Don't Let The Sun Tell You What To Do

If for some bizarre reason you read The Sun, you will have woken up to a headline laying out the most read print newspaper in the UK’s stance on the EU referendum.

And that stance is: Leave. ‘BeLEAVE’ to be precise, as the media company casts its metaphorical front page ballot for a British exit from the European Union.

It’s not the first time The Sun has come out to support a particular side – in fact, they’ve done it at numerous elections.

In 1997, they declared their support for Tony Blair’s Labour Party, before switching back to their usual preference of the Tories in 2009, just in time to help scupper Gordon Brown’s chances of staying in power.

So while it’s nothing new for them try and sway a vote, the apparent hypocrisy of an unelected foreigner – proprietor Rupert Murdoch, an Australian born U.S. citizen – telling the UK to leave the EU so that they won’t have ‘unelected’ foreigners telling them what to do is a hard pill to swallow.

The EU referendum is perhaps the single most important political vote of our generation.

Whether you’re voting to leave or to stay, you deserve better than having a paper – whose idea of editorial integrity includes printing vile lies about Liverpool fans after the Hillsborough disaster, then refusing to apologise – telling you what to think.
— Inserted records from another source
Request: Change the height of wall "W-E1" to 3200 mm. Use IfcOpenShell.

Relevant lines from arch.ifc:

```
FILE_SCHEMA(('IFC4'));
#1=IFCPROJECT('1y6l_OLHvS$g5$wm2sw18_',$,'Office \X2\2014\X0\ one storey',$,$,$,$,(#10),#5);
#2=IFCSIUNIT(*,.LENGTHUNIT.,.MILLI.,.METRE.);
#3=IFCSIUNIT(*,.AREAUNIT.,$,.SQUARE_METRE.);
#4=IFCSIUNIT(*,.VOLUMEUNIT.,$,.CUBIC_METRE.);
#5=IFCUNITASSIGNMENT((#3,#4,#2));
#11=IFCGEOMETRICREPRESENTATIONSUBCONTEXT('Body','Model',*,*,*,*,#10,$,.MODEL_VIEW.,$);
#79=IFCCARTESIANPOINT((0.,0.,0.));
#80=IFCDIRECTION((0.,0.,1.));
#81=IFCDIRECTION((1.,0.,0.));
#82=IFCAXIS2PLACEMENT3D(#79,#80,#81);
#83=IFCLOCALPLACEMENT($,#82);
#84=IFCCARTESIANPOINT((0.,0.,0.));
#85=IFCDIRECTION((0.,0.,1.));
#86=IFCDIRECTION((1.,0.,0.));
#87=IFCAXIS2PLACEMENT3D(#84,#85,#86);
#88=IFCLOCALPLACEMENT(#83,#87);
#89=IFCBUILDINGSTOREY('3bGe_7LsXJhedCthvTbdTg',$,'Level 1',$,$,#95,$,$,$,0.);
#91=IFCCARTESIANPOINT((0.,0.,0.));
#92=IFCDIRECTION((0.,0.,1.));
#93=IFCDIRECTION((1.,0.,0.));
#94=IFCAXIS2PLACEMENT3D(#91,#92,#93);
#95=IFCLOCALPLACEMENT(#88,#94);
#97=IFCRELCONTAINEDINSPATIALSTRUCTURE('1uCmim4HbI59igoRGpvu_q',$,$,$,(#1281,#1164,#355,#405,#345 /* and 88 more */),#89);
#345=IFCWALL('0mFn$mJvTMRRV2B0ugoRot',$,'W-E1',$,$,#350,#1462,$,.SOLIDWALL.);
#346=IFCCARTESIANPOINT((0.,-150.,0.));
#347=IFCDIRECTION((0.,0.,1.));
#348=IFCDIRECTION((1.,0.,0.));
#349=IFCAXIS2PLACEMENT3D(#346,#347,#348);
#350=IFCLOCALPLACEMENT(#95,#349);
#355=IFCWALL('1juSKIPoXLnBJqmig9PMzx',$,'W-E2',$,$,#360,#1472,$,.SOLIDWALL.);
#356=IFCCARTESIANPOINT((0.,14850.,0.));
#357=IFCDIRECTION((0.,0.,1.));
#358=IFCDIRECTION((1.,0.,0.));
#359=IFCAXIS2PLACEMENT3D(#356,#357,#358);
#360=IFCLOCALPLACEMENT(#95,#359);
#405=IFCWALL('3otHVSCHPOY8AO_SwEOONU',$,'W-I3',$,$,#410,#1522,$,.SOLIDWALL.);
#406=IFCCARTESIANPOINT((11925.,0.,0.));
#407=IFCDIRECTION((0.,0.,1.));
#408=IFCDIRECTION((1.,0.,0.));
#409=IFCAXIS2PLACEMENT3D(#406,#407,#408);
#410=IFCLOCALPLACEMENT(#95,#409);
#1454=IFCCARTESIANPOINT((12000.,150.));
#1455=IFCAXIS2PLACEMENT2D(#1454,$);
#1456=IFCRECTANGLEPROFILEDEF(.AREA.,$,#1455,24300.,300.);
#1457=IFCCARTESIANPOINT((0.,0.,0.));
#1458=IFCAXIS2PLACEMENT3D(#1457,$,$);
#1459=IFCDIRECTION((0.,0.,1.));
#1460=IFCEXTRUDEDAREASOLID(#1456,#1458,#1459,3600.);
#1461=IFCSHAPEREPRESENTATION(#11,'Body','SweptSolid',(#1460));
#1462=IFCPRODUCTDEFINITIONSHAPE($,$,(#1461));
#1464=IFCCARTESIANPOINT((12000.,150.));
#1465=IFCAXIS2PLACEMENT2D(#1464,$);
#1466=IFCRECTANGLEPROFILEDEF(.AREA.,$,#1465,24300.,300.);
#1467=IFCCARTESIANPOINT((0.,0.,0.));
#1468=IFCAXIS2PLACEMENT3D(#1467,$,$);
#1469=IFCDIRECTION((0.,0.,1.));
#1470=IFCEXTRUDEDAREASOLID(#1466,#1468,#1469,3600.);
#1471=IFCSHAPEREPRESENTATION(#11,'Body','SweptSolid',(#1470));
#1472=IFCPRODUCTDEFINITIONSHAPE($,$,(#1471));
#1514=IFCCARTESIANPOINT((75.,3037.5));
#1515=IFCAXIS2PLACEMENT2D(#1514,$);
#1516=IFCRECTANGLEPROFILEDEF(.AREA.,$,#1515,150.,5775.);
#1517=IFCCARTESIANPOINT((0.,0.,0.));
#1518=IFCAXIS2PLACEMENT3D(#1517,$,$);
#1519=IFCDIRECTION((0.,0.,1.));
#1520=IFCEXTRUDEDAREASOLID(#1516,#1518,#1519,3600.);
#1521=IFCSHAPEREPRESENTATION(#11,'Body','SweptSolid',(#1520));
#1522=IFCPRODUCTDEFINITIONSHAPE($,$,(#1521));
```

```python
import ifcopenshell
import ifcopenshell.geom
import ifcopenshell.util.representation
import ifcopenshell.util.shape
import ifcopenshell.util.unit

model = ifcopenshell.open("arch.ifc")
unit_scale = ifcopenshell.util.unit.calculate_unit_scale(model)
settings = ifcopenshell.geom.settings()


def volume(element):
    """Net volume in cubic metres, openings subtracted."""
    shape = ifcopenshell.geom.create_shape(settings, element)
    return ifcopenshell.util.shape.get_volume(shape.geometry)


wall = model.by_guid("0mFn$mJvTMRRV2B0ugoRot")
before = volume(wall)

body = ifcopenshell.util.representation.get_representation(wall, "Model", "Body")
solid = body.Items[0]
old_height = solid.Depth
solid.Depth = 3.2 / unit_scale
after = volume(wall)

print(f"height {old_height:g} -> {solid.Depth:g}, volume {before:.3f} -> {after:.3f} m3")

model.write("arch_v2.ifc")
```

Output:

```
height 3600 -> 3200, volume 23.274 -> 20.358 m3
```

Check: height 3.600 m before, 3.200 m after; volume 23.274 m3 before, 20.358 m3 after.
This is a newspaper whose proprietor owned the now defunct News International media company, where journalists from the News of the World under Rebekah Brooks hacked the voicemails of murder victims, relatives of deceased British soldiers, and victims of the July 7 London bombings.

Both Murdoch and Brooks weren’t charged, and Ms Brooks is now the CEO of News UK – the new re-brand of News International, which owns The Times, The Sunday Times and The Sun.
But why would Rupert Murdoch want Britain to leave the EU?
Well, this quote from journalist Anthony Hilton has been doing the roundsagain, and may hold the key to Murdoch’s decision:
                      I once asked Rupert Murdoch why he was so opposed to the European Union. ‘That’s easy,’ he replied. ‘When I go into Downing Street they do what I say; when I go to Brussels they take no notice.’
The ageing press baron’s influence on UK politics is undeniable. When in 1992 The Sun printed its infamous Neil Kinnock front page, the Labour Party were slaughtered in the election. Then, when after a dramatic change of heart Murdoch suddenly became pro-Labour in 1997, Blair won by a landslide. And when Rob switched back to the Tories in 2009, David Cameron was soon in power.

Unfortunately for people who want to remain in the EU, Murdoch isn’t known for backing the losing side.

This vote shouldn’t be decided by people like Rupert Murdoch.

Whether you’re in or out, you need to be free to form your own opinion, preferably after reading both sides of the argument – what’s at stake is too important to let press barons, from both the Left and Right, tell you what to think.

June 23 is a huge day for the UK, you need to make the decision you think is right, not what an unelected, unaccountable foreigner thinks you should do.